• [WHAT THE EXERCISE ASKS]:
Only lines with the word "IFCDIRECTION" are needed; collect each of them from the listing below.

• [EXERCISE DATA]:
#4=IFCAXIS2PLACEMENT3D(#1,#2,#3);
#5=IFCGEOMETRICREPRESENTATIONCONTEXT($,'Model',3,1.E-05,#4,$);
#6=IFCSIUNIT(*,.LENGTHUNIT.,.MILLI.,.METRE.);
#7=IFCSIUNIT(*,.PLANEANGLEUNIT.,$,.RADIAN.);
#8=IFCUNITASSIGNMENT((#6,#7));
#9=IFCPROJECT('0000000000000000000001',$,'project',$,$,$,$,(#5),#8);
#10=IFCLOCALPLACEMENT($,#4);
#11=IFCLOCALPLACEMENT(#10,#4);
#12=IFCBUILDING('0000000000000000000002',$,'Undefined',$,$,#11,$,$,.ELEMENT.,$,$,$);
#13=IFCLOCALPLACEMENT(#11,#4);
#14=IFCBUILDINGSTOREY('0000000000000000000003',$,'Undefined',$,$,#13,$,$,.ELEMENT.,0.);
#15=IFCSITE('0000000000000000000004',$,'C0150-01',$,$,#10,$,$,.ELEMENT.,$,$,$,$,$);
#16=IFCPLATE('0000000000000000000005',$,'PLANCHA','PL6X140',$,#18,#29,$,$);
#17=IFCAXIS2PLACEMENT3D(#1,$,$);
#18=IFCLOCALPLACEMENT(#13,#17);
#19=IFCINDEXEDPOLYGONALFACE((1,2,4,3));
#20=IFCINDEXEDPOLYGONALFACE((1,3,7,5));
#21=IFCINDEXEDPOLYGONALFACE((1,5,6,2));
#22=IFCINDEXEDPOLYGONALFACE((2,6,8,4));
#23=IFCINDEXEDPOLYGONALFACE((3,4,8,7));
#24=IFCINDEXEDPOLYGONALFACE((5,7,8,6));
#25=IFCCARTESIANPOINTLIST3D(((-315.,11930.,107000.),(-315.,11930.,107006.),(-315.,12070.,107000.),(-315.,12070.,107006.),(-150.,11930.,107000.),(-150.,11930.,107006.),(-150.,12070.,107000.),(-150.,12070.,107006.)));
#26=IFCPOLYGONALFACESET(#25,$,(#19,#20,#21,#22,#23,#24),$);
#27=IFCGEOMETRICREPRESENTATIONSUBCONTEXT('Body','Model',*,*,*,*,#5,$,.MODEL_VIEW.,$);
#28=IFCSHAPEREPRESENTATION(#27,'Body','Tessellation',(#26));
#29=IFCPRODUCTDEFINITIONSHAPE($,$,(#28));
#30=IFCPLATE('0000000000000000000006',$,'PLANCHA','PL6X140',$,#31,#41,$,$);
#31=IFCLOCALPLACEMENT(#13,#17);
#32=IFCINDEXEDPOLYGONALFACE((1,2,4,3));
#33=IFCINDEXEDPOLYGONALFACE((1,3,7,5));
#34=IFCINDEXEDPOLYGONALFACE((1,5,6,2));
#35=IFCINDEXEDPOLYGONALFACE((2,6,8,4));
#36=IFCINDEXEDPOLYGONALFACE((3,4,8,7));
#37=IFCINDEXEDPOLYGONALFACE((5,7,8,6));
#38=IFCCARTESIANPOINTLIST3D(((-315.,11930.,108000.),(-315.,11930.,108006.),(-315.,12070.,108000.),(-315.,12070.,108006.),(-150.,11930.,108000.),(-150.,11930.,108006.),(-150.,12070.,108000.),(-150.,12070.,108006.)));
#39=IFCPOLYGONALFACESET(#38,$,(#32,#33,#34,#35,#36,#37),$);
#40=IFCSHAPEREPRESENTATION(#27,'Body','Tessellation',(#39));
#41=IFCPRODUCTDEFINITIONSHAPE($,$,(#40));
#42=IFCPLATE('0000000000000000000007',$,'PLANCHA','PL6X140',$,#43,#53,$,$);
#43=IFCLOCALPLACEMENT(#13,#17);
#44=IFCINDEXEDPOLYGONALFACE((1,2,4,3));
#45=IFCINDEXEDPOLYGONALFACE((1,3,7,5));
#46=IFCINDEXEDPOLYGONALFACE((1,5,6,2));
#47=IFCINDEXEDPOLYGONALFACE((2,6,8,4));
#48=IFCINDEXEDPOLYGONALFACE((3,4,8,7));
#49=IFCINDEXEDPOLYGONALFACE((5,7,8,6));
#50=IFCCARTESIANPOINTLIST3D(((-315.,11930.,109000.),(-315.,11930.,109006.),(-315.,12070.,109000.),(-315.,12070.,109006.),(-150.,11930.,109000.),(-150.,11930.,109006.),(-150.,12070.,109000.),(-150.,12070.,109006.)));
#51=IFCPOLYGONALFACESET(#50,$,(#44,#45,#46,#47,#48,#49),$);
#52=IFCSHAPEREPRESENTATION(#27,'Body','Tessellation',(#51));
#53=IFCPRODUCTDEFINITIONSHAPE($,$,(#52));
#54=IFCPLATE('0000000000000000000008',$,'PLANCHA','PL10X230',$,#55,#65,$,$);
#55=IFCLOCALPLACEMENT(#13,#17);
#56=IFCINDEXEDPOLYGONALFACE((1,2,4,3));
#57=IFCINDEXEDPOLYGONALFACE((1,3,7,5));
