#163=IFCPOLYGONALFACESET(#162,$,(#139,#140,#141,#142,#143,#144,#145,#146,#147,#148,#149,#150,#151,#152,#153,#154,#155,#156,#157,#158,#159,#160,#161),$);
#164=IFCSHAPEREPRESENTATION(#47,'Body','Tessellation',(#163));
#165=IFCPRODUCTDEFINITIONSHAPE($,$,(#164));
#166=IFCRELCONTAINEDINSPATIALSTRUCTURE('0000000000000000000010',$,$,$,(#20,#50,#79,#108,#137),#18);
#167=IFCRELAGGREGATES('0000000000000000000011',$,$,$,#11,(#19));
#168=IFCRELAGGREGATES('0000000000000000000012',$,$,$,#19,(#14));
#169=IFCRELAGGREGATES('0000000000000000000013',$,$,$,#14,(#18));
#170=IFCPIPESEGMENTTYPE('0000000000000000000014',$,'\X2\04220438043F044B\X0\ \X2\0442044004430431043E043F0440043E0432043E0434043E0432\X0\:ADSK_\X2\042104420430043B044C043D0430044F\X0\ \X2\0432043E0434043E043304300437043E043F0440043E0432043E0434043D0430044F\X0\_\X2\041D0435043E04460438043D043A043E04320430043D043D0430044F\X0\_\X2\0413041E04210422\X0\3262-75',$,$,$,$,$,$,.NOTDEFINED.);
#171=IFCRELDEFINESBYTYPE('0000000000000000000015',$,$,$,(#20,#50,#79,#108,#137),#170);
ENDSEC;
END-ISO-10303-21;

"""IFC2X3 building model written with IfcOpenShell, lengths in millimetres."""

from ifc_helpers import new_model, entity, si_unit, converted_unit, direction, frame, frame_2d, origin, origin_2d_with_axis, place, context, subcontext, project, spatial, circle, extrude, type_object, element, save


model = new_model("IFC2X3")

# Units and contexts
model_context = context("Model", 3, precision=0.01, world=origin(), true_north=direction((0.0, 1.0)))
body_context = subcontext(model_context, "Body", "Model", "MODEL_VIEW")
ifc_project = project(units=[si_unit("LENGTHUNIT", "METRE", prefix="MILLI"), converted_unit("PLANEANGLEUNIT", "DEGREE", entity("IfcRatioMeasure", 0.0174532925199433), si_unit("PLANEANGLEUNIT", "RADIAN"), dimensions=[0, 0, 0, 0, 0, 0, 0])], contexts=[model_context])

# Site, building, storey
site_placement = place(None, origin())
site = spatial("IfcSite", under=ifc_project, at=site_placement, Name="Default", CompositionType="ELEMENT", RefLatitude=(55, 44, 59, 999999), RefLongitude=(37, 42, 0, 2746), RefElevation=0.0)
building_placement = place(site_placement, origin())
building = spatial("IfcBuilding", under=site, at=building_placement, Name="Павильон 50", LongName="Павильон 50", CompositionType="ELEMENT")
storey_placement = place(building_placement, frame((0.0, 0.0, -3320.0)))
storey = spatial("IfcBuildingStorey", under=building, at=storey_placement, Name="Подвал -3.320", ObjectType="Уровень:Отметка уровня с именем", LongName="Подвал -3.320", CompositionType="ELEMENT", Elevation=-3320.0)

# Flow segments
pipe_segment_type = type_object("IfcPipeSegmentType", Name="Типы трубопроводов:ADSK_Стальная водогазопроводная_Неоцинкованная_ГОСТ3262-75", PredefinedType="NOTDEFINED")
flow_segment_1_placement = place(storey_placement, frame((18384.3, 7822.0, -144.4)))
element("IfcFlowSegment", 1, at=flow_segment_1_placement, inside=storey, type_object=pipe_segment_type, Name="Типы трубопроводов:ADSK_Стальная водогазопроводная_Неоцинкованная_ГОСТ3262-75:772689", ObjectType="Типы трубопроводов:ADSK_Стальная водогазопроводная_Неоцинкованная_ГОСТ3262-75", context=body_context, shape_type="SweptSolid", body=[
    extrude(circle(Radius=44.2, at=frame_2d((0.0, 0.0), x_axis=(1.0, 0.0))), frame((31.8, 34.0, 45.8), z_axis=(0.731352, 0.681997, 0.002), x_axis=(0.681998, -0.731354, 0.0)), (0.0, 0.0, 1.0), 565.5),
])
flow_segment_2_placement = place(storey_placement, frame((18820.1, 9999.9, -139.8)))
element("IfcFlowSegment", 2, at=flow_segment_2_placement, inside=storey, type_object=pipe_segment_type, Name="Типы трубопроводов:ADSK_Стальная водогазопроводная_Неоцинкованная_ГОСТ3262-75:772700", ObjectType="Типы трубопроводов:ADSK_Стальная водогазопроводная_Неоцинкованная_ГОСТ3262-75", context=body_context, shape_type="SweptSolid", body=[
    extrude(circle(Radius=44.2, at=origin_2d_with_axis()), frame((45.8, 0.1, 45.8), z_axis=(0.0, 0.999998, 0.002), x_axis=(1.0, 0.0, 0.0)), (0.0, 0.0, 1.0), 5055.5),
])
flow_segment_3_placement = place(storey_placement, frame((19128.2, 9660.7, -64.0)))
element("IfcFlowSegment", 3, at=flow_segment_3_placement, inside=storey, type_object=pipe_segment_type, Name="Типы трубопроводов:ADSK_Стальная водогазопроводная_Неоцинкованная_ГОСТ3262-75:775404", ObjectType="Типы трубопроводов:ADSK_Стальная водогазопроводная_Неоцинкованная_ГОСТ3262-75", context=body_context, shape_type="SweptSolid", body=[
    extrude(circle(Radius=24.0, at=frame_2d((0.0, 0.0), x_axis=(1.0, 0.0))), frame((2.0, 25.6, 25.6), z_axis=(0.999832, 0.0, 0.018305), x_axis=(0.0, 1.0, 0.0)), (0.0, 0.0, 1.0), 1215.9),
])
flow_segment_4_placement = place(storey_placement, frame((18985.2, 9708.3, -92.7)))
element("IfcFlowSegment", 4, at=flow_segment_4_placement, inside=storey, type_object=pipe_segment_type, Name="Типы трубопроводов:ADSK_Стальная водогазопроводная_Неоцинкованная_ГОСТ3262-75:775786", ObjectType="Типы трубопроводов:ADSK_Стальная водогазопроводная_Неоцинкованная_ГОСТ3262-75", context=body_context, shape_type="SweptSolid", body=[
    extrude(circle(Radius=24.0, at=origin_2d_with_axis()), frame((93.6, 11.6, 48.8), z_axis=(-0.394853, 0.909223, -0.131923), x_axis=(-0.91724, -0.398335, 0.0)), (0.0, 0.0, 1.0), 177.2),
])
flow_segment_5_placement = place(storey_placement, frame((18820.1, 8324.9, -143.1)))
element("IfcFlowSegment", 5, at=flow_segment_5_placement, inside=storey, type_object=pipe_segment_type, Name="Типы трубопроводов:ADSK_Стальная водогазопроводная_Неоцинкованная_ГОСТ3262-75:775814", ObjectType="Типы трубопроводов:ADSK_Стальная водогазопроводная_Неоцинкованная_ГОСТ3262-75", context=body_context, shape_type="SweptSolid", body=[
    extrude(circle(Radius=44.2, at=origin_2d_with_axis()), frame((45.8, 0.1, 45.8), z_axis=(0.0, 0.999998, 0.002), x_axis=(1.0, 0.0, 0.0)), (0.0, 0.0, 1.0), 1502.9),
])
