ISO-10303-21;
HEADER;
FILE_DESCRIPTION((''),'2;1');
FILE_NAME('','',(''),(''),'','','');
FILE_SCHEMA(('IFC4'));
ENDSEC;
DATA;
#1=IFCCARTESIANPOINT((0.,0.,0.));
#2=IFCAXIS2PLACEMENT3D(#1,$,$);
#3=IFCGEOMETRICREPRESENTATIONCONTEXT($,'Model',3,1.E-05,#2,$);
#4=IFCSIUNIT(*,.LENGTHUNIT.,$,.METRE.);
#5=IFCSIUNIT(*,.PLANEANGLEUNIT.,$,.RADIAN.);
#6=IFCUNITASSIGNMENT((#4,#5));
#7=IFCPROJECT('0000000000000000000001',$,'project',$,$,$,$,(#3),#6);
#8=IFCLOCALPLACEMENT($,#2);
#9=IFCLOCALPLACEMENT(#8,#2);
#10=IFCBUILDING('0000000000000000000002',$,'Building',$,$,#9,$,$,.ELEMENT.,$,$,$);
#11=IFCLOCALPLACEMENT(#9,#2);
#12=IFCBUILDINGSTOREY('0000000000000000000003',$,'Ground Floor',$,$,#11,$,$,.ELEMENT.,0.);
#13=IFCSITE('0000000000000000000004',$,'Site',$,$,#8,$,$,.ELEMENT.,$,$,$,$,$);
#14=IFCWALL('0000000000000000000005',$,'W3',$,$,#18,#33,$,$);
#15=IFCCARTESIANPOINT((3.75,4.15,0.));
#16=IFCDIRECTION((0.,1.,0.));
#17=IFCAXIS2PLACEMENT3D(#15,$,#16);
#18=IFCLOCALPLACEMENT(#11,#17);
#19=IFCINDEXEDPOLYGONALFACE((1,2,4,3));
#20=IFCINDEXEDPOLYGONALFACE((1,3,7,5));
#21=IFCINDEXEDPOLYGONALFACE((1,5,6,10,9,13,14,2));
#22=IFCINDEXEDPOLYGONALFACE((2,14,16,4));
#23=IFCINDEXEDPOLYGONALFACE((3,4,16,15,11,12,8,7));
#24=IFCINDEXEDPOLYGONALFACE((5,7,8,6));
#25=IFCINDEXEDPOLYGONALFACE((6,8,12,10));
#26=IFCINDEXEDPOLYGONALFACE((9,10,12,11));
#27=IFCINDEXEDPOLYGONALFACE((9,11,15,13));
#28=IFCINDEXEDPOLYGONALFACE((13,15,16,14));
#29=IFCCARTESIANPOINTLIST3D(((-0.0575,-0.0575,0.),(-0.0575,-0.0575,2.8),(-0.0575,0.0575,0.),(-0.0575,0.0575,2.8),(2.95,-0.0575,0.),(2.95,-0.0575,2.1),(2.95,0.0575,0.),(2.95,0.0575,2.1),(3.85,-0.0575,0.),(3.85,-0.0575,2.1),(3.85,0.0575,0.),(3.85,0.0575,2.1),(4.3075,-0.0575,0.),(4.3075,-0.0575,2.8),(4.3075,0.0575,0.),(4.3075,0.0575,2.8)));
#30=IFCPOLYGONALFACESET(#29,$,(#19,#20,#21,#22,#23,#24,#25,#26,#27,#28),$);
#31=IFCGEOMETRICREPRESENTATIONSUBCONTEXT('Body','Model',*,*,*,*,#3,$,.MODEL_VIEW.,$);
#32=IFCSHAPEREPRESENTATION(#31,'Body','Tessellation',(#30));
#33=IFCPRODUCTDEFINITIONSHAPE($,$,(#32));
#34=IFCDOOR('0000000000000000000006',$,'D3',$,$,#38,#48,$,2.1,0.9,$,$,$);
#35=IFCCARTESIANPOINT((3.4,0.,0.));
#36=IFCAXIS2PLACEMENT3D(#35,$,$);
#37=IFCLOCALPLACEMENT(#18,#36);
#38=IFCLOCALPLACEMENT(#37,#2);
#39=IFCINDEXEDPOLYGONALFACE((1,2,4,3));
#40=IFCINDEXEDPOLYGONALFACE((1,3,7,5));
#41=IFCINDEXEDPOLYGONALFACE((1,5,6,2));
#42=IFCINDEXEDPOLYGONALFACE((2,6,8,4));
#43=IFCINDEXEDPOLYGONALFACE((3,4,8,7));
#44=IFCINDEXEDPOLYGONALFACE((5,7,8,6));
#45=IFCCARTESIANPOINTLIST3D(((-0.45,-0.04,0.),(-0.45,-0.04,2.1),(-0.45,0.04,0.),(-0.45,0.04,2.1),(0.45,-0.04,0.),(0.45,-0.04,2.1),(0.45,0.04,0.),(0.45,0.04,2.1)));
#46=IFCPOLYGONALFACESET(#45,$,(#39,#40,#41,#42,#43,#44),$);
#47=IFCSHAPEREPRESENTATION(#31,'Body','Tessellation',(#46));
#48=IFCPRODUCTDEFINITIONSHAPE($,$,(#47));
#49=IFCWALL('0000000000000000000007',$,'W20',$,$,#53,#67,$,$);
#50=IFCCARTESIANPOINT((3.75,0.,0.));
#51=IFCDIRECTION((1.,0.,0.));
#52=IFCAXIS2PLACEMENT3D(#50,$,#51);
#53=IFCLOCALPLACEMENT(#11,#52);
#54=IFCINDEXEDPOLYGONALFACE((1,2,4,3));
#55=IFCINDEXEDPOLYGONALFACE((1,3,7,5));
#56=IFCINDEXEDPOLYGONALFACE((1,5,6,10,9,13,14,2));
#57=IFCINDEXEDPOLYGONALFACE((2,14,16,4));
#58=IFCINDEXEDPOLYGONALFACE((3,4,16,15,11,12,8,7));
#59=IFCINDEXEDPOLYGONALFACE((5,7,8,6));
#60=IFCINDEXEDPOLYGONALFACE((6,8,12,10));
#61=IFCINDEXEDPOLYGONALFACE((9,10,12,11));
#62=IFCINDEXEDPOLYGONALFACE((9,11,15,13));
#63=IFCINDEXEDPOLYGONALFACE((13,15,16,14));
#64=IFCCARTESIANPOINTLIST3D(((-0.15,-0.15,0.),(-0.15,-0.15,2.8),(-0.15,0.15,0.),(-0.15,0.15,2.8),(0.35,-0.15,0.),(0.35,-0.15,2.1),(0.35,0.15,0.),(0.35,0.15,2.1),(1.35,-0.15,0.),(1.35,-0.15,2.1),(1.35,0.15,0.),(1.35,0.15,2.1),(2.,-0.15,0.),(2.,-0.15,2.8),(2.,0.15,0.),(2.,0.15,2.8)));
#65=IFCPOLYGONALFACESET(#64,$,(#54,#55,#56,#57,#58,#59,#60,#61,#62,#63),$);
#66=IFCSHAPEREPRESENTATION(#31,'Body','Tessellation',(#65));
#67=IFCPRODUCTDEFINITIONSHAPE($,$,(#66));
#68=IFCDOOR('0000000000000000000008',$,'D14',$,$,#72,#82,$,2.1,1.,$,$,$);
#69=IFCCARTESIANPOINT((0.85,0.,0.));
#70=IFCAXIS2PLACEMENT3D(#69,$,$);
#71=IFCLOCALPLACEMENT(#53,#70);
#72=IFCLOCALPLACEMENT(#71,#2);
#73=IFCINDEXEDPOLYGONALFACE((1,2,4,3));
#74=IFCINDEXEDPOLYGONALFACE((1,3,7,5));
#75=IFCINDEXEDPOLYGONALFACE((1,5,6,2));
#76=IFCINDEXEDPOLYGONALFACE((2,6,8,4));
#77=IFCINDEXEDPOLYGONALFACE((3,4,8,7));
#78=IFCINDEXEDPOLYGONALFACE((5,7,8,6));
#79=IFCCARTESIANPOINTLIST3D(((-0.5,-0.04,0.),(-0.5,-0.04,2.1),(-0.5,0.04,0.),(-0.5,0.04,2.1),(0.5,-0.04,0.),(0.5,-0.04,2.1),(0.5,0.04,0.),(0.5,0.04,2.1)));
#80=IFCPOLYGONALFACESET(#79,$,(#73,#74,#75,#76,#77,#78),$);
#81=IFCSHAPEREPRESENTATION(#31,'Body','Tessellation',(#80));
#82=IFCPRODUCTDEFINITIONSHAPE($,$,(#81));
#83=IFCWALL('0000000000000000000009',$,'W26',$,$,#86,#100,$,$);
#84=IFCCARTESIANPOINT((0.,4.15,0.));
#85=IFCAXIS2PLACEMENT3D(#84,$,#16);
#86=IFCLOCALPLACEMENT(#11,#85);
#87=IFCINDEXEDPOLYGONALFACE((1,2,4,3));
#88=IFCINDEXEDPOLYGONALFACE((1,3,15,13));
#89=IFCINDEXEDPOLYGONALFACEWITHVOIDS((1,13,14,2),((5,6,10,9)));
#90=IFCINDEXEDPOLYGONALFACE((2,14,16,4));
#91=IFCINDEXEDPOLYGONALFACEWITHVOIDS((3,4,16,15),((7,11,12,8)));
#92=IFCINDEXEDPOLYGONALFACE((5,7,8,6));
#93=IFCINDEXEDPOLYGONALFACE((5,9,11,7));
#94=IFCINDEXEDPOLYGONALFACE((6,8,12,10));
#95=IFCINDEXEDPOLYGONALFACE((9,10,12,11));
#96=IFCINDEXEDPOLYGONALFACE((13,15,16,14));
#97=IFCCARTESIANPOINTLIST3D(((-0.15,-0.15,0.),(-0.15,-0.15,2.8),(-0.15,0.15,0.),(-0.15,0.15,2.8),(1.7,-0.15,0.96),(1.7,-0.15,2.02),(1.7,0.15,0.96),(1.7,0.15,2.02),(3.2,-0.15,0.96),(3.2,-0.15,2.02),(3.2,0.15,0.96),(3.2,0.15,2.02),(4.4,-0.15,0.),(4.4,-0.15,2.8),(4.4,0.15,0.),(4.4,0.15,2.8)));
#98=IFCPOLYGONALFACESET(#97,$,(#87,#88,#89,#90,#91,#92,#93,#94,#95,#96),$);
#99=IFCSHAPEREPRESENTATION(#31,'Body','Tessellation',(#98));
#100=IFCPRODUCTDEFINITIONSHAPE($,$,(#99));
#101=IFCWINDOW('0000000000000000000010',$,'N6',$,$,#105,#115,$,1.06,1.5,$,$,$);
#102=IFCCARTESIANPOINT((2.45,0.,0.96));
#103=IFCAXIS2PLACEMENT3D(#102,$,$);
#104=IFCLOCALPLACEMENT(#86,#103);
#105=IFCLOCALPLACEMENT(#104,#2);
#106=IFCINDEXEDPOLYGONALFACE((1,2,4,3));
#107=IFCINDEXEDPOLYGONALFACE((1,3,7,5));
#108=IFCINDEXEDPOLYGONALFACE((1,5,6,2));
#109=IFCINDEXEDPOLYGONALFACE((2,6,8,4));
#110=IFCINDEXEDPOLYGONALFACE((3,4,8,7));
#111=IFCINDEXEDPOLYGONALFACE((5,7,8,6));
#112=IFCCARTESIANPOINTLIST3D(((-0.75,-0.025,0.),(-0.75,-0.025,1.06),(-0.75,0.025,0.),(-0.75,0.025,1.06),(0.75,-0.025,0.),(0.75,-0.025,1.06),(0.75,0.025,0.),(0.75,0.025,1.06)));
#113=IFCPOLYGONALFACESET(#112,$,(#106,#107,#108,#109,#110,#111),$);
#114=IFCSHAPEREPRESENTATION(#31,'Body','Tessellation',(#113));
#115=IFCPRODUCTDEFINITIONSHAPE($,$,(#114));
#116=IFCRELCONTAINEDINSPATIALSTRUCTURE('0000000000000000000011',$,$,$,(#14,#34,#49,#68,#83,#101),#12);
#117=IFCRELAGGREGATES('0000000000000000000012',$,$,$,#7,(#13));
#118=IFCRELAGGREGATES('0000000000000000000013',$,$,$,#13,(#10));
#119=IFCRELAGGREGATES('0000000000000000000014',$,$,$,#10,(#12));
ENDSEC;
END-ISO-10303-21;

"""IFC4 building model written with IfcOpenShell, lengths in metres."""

from ifc_helpers import new_model, si_unit, frame, frame_2d, origin, origin_2d, place, context, subcontext, project, spatial, rectangle, extrude, element, fill, save


model = new_model("IFC4")

# Units and contexts
model_context = context("Model", 3, precision=1e-05, world=origin())
body_context = subcontext(model_context, "Body", "Model", "MODEL_VIEW")
ifc_project = project(units=[si_unit("LENGTHUNIT", "METRE"), si_unit("PLANEANGLEUNIT", "RADIAN")], contexts=[model_context])

# Site, building, storey
site_placement = place(None, origin())
site = spatial("IfcSite", under=ifc_project, at=site_placement, Name="Site", CompositionType="ELEMENT")
building_placement = place(site_placement, origin())
building = spatial("IfcBuilding", under=site, at=building_placement, Name="Building", CompositionType="ELEMENT")
storey_placement = place(building_placement, origin())
storey = spatial("IfcBuildingStorey", under=building, at=storey_placement, Name="Ground Floor", CompositionType="ELEMENT", Elevation=0.0)

# Walls, openings, doors
wall_1_placement = place(storey_placement, frame((3.75, 4.15, 0.0), x_axis=(0.0, 1.0, 0.0)))
wall_1 = element("IfcWall", 1, at=wall_1_placement, inside=storey, Name="W3", context=body_context, shape_type="SweptSolid", body=[
    extrude(rectangle(XDim=4.365, YDim=0.115, at=frame_2d((2.125, 0.0))), origin(), (0.0, 0.0, 1.0), 2.8),
])
opening_1_placement = place(wall_1_placement, frame((3.4, 0.0, 0.0)))
opening_1 = element("IfcOpeningElement", 2, at=opening_1_placement, cuts=wall_1, context=body_context, shape_type="SweptSolid", body=[
    extrude(rectangle(XDim=0.9, YDim=0.215, at=origin_2d()), origin(), (0.0, 0.0, 1.0), 2.1),
])
door_1_placement = place(opening_1_placement, origin())
door_1 = element("IfcDoor", 3, at=door_1_placement, inside=storey, Name="D3", OverallHeight=2.1, OverallWidth=0.9, context=body_context, shape_type="SweptSolid", body=[
    extrude(rectangle(XDim=0.9, YDim=0.08, at=origin_2d()), origin(), (0.0, 0.0, 1.0), 2.1),
])
fill(opening_1, door_1)
wall_2_placement = place(storey_placement, frame((3.75, 0.0, 0.0), x_axis=(1.0, 0.0, 0.0)))
wall_2 = element("IfcWall", 4, at=wall_2_placement, inside=storey, Name="W20", context=body_context, shape_type="SweptSolid", body=[
    extrude(rectangle(XDim=2.15, YDim=0.3, at=frame_2d((0.925, 0.0))), origin(), (0.0, 0.0, 1.0), 2.8),
])
opening_2_placement = place(wall_2_placement, frame((0.85, 0.0, 0.0)))
opening_2 = element("IfcOpeningElement", 5, at=opening_2_placement, cuts=wall_2, context=body_context, shape_type="SweptSolid", body=[
    extrude(rectangle(XDim=1.0, YDim=0.4, at=origin_2d()), origin(), (0.0, 0.0, 1.0), 2.1),
])
door_2_placement = place(opening_2_placement, origin())
door_2 = element("IfcDoor", 6, at=door_2_placement, inside=storey, Name="D14", OverallHeight=2.1, OverallWidth=1.0, context=body_context, shape_type="SweptSolid", body=[
    extrude(rectangle(XDim=1.0, YDim=0.08, at=origin_2d()), origin(), (0.0, 0.0, 1.0), 2.1),
])
fill(opening_2, door_2)

# Wall, opening, window
wall_3_placement = place(storey_placement, frame((0.0, 4.15, 0.0), x_axis=(0.0, 1.0, 0.0)))
wall_3 = element("IfcWall", 7, at=wall_3_placement, inside=storey, Name="W26", context=body_context, shape_type="SweptSolid", body=[
    extrude(rectangle(XDim=4.55, YDim=0.3, at=frame_2d((2.125, 0.0))), origin(), (0.0, 0.0, 1.0), 2.8),
])
opening_3_placement = place(wall_3_placement, frame((2.45, 0.0, 0.96)))
opening_3 = element("IfcOpeningElement", 8, at=opening_3_placement, cuts=wall_3, context=body_context, shape_type="SweptSolid", body=[
    extrude(rectangle(XDim=1.5, YDim=0.4, at=origin_2d()), origin(), (0.0, 0.0, 1.0), 1.06),
])
window_1_placement = place(opening_3_placement, origin())
window_1 = element("IfcWindow", 9, at=window_1_placement, inside=storey, Name="N6", OverallHeight=1.06, OverallWidth=1.5, context=body_context, shape_type="SweptSolid", body=[
    extrude(rectangle(XDim=1.5, YDim=0.05, at=origin_2d()), origin(), (0.0, 0.0, 1.0), 1.06),
])
fill(opening_3, window_1)

save(model, "model.ifc")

• [EXERCISE OUTPUT]:
#16=IFCDIRECTION((0.,1.,0.));
#51=IFCDIRECTION((1.,0.,0.));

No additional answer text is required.